YOUR INSTRUCTIONS:
Among the entries, find the lines with the string "stairwell" and copy them.

■ ■ ■

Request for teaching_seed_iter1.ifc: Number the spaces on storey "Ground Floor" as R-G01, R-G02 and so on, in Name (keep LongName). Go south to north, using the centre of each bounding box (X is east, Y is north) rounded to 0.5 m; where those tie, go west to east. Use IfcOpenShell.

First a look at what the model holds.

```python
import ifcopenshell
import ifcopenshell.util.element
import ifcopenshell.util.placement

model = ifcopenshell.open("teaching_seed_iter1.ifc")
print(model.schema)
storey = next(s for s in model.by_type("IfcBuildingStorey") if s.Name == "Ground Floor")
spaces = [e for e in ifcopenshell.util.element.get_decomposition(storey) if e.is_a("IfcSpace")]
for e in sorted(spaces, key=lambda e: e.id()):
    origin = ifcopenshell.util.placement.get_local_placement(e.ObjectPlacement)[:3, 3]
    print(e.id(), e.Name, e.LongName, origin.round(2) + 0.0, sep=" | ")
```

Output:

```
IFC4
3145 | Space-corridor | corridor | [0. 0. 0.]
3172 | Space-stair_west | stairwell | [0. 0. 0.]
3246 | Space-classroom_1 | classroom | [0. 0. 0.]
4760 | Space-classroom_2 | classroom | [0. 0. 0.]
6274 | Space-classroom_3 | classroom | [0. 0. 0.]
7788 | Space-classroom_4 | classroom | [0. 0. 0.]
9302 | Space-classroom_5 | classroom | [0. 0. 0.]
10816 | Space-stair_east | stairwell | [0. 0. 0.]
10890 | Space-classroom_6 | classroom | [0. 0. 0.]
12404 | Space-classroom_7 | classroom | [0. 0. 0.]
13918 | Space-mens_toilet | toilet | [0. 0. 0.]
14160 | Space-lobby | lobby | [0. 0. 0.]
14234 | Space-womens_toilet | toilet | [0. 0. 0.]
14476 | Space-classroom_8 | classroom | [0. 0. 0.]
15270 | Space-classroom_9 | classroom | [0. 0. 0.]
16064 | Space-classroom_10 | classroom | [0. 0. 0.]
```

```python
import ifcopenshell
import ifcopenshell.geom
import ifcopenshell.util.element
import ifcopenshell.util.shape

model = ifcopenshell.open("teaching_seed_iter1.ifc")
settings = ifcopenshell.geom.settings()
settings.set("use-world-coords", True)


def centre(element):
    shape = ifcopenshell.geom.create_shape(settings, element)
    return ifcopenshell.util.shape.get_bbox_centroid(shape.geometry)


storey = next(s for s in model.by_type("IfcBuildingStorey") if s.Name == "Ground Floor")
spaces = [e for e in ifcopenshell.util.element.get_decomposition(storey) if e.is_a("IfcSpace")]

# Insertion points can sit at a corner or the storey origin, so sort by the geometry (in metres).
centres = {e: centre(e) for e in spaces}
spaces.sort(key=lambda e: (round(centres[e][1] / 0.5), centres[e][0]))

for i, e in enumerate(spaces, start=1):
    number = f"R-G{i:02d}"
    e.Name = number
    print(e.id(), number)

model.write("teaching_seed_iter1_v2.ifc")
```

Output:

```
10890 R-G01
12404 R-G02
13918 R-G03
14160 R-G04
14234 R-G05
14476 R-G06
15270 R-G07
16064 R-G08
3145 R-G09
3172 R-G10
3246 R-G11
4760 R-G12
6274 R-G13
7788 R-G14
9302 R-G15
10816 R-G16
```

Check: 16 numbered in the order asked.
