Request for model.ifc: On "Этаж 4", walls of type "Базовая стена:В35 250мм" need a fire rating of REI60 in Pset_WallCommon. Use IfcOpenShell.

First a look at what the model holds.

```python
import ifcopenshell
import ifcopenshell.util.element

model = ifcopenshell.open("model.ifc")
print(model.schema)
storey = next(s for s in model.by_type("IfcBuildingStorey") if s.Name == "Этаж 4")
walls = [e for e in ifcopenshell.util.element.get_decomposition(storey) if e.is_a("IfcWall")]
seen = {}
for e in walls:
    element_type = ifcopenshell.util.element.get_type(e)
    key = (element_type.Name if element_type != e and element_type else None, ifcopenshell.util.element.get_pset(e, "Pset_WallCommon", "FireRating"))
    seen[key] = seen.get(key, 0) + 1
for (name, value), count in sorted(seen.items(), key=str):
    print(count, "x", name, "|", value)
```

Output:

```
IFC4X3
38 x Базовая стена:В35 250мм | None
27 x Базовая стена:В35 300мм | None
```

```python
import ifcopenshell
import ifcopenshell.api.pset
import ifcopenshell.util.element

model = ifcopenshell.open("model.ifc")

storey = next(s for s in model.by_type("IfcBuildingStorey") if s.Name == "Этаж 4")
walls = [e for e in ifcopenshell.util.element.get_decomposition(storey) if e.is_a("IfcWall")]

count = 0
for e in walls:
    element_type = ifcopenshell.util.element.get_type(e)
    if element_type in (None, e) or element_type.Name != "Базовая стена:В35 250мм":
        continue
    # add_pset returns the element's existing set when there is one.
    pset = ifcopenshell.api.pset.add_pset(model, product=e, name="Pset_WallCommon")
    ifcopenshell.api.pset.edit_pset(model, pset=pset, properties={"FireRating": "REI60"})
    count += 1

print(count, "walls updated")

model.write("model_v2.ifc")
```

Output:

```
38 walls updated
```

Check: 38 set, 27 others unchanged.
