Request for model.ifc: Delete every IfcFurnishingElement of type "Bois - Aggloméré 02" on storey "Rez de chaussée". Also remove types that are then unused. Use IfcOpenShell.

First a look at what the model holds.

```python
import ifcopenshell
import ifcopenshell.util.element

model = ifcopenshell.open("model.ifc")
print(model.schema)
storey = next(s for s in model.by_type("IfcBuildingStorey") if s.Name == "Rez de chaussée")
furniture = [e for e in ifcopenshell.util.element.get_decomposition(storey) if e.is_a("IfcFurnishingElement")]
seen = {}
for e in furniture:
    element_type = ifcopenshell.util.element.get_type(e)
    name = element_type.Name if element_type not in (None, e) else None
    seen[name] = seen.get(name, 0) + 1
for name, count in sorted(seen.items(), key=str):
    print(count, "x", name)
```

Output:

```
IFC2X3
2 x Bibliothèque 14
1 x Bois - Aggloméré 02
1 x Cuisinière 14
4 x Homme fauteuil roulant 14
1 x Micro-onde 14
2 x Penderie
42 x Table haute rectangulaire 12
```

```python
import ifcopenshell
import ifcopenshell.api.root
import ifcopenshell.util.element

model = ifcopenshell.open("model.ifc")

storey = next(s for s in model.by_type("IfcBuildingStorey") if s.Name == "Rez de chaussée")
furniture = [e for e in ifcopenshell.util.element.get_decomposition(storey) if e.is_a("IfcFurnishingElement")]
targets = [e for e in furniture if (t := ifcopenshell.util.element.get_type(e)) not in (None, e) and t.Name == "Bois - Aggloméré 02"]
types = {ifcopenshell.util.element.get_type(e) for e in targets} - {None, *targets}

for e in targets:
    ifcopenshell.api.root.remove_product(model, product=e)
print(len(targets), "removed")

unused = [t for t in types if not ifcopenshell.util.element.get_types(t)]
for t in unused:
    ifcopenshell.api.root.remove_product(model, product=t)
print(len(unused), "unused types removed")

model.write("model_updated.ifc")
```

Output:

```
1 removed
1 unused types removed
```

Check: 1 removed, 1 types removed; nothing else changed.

■ ■ ■

WRITTEN SOLUTION:
3172 | Space-stair_west | stairwell | [0. 0. 0.]
10816 | Space-stair_east | stairwell | [0. 0. 0.]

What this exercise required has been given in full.